Spring cleaning | How are you cleaning out your life and cleaning out your writing in preparation for a new season? Reflect. Photograph. Think.
Earlier this year, I was diagnosed with early-stage cervical cancer. The tests began late last year, and the surgery and the official word came in January. It was the kind they could take out in a morning of surgery with nothing more but close follow-up for a few years, but it was still the kind that was Capital-C Cancer.
After all was said and done, a few people tried to tell me that because some of the cells were just pre-cancerous, what I’d had wasn’t really cancer. Maybe they said it to make me feel better, but it was confusing to hear; made me feel like my experience was being minimised.
Was it serious or not? Am I overreacting? Should I just shut up?
Notwithstanding the status of some of my cells, I had still spent a morning in hospital with Bethany by my side; still spent all that time waiting for news. It had been the kind of surgery where there were a few complications, so the “quick recovery” I’d been promised was anything but. And it was the kind of situation where I bled helplessly for days, and had to wear humiliating underpants for longer than I’d like to admit. And there there were lots of…things…going on that probably happen to women after they give birth, but I wouldn’t know because the prize at the end of my hospital visit wasn’t the thrill of bringing new life into this world, it was merely preserving my own.

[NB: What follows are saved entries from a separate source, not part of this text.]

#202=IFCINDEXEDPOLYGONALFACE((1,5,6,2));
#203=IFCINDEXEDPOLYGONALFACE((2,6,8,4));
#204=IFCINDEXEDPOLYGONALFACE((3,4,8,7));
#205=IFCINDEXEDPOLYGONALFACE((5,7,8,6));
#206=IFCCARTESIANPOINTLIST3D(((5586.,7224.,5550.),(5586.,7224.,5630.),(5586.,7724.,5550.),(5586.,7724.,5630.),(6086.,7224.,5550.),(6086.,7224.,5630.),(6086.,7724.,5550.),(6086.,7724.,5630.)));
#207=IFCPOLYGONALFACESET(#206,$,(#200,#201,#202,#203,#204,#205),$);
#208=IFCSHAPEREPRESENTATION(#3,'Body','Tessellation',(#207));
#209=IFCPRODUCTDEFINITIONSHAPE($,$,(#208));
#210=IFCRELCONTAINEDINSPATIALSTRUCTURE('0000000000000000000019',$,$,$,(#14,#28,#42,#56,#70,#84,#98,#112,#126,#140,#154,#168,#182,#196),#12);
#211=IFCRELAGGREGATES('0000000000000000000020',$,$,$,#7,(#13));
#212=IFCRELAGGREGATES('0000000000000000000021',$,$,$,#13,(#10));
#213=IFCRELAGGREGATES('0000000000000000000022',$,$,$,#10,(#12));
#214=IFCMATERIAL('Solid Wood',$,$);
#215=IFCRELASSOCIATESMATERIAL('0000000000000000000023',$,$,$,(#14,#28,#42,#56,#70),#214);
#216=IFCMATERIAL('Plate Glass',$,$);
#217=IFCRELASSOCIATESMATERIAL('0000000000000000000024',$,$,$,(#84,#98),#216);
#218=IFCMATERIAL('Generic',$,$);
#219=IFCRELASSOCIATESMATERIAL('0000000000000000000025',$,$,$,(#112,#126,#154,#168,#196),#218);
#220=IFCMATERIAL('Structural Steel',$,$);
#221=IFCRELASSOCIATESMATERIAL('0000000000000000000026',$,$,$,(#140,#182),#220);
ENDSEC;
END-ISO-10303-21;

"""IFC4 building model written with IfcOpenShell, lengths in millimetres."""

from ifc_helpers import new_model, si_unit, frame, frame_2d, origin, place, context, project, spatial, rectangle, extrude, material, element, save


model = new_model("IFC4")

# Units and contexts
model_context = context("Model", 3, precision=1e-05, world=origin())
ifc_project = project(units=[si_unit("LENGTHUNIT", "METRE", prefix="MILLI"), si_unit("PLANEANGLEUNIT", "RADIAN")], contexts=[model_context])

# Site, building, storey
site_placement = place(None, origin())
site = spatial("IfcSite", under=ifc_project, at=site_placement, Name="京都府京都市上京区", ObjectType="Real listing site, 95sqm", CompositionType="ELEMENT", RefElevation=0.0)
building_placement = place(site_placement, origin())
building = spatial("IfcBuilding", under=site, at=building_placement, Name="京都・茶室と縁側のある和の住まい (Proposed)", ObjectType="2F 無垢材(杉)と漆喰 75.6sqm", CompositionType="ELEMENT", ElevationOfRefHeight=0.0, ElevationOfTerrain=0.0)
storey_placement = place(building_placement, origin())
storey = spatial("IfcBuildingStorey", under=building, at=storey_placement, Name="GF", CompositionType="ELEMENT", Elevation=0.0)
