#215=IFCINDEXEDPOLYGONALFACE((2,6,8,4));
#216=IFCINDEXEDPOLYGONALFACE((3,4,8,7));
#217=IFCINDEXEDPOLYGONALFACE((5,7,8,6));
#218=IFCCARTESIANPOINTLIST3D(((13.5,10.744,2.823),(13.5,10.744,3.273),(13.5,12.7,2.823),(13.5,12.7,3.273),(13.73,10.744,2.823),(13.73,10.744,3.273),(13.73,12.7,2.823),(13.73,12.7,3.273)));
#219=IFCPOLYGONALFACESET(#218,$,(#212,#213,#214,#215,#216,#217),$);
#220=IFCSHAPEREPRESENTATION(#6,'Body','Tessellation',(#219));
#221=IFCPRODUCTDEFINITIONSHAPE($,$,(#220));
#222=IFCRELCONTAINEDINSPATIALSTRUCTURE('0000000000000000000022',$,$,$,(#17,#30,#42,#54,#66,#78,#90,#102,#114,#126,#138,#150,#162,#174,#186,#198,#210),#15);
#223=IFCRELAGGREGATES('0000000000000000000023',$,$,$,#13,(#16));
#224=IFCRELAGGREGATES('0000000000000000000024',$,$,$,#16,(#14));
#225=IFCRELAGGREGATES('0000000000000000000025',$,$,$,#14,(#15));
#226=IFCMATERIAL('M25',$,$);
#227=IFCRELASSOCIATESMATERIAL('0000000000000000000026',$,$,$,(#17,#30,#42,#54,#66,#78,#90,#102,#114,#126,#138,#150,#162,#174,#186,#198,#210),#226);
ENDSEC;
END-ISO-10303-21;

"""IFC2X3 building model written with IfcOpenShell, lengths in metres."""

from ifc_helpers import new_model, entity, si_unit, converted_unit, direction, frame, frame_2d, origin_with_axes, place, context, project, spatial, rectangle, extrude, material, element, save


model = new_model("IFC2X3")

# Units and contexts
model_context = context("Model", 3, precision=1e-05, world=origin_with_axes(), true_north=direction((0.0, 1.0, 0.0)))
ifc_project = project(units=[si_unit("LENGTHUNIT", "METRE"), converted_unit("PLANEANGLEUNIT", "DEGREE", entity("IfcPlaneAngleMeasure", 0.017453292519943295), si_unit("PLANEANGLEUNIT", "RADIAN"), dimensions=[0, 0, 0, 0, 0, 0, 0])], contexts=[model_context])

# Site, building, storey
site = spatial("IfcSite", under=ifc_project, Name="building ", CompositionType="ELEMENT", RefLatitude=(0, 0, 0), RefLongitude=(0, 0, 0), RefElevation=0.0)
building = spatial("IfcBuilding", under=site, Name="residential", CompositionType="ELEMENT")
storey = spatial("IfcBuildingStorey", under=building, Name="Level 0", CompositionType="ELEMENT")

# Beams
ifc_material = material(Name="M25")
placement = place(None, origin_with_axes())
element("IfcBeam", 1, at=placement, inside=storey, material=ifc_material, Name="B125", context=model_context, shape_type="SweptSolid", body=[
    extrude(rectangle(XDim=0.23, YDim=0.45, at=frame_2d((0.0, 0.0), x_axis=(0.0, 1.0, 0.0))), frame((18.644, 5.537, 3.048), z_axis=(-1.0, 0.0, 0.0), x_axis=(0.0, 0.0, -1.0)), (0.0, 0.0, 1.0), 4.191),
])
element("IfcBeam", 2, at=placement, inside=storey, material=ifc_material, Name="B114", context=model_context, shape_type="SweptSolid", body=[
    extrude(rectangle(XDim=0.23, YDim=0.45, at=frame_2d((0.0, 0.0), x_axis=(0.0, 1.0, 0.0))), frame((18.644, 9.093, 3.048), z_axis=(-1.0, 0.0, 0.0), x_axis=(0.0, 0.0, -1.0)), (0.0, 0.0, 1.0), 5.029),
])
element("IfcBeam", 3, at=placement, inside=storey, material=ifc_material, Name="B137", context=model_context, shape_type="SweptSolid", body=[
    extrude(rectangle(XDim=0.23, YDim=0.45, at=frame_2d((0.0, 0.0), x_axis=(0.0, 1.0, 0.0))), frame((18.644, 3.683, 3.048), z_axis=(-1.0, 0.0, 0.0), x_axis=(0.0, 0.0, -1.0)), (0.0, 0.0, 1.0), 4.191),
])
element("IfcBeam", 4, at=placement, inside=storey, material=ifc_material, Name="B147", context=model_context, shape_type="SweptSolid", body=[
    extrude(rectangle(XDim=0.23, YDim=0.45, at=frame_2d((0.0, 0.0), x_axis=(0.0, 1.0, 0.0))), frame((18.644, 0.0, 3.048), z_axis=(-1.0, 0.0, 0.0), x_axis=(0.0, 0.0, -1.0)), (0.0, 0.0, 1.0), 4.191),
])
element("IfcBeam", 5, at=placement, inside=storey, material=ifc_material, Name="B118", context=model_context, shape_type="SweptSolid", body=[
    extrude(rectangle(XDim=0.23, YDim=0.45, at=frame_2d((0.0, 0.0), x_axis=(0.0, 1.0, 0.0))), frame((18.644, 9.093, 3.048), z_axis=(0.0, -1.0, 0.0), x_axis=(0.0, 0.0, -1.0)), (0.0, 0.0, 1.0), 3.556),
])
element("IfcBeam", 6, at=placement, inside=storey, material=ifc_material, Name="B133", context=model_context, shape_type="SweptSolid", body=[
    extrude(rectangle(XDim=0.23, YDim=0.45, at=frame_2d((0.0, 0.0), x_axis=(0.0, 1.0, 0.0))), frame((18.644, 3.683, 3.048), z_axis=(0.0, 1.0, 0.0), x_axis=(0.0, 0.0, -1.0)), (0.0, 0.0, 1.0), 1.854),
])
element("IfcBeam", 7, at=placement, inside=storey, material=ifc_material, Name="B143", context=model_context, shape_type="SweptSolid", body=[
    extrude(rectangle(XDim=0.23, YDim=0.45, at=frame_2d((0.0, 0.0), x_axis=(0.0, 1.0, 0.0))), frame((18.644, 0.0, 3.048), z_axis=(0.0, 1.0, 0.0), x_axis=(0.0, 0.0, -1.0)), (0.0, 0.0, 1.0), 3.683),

Cervical cancer is a difficult thing to discuss, for a variety of reasons. First, it’s a women’s cancer. There are few awareness campaigns, and no coloured-ribbons, and no 5k run/walks in Central Park. Like other pelvic cancers, cervical cancer is often not caught until it is far too late, and the available treatments tend to be messy; brutal. There are no poster gals for the disease either, unless maybe if you count Jade Goody — but most Americans don’t know who she is, and she wasn’t exactly the most popular person until she became a tragic darling in death.
Second, most cervical cancers are caused by the Human Papilloma Virus, something that nearly all sexually active people will contract at some stage of life. Though less common, it can also be contracted from non-intercourse contact, like being passed from mother-to-child during childbirth. Many strains don’t cause cancer — a few do. Most people’s bodies fight off the virus and they never ever know they came into contact with it. I take powerful immunosuppressants to keep my Rheumatoid Arthritis in check, and it’s likely that those inhibited my body’s ability to fight off this common bug.
Am I a bad or less worthwhile person because I got this in the first place?
There is a vaccine. It’s new-ish. By the time it came on the market, I was too old for my insurance to cover it (in America, insurances will consider you “low risk” after age 26 and will not cover you for the jab). I had no idea how common the virus was, or how the cancer worked. American doctors at the time were not having any kind of serious discussion with patients about why you should or could still have the vaccine after age 26, or what HPV and cervical cancer even WERE.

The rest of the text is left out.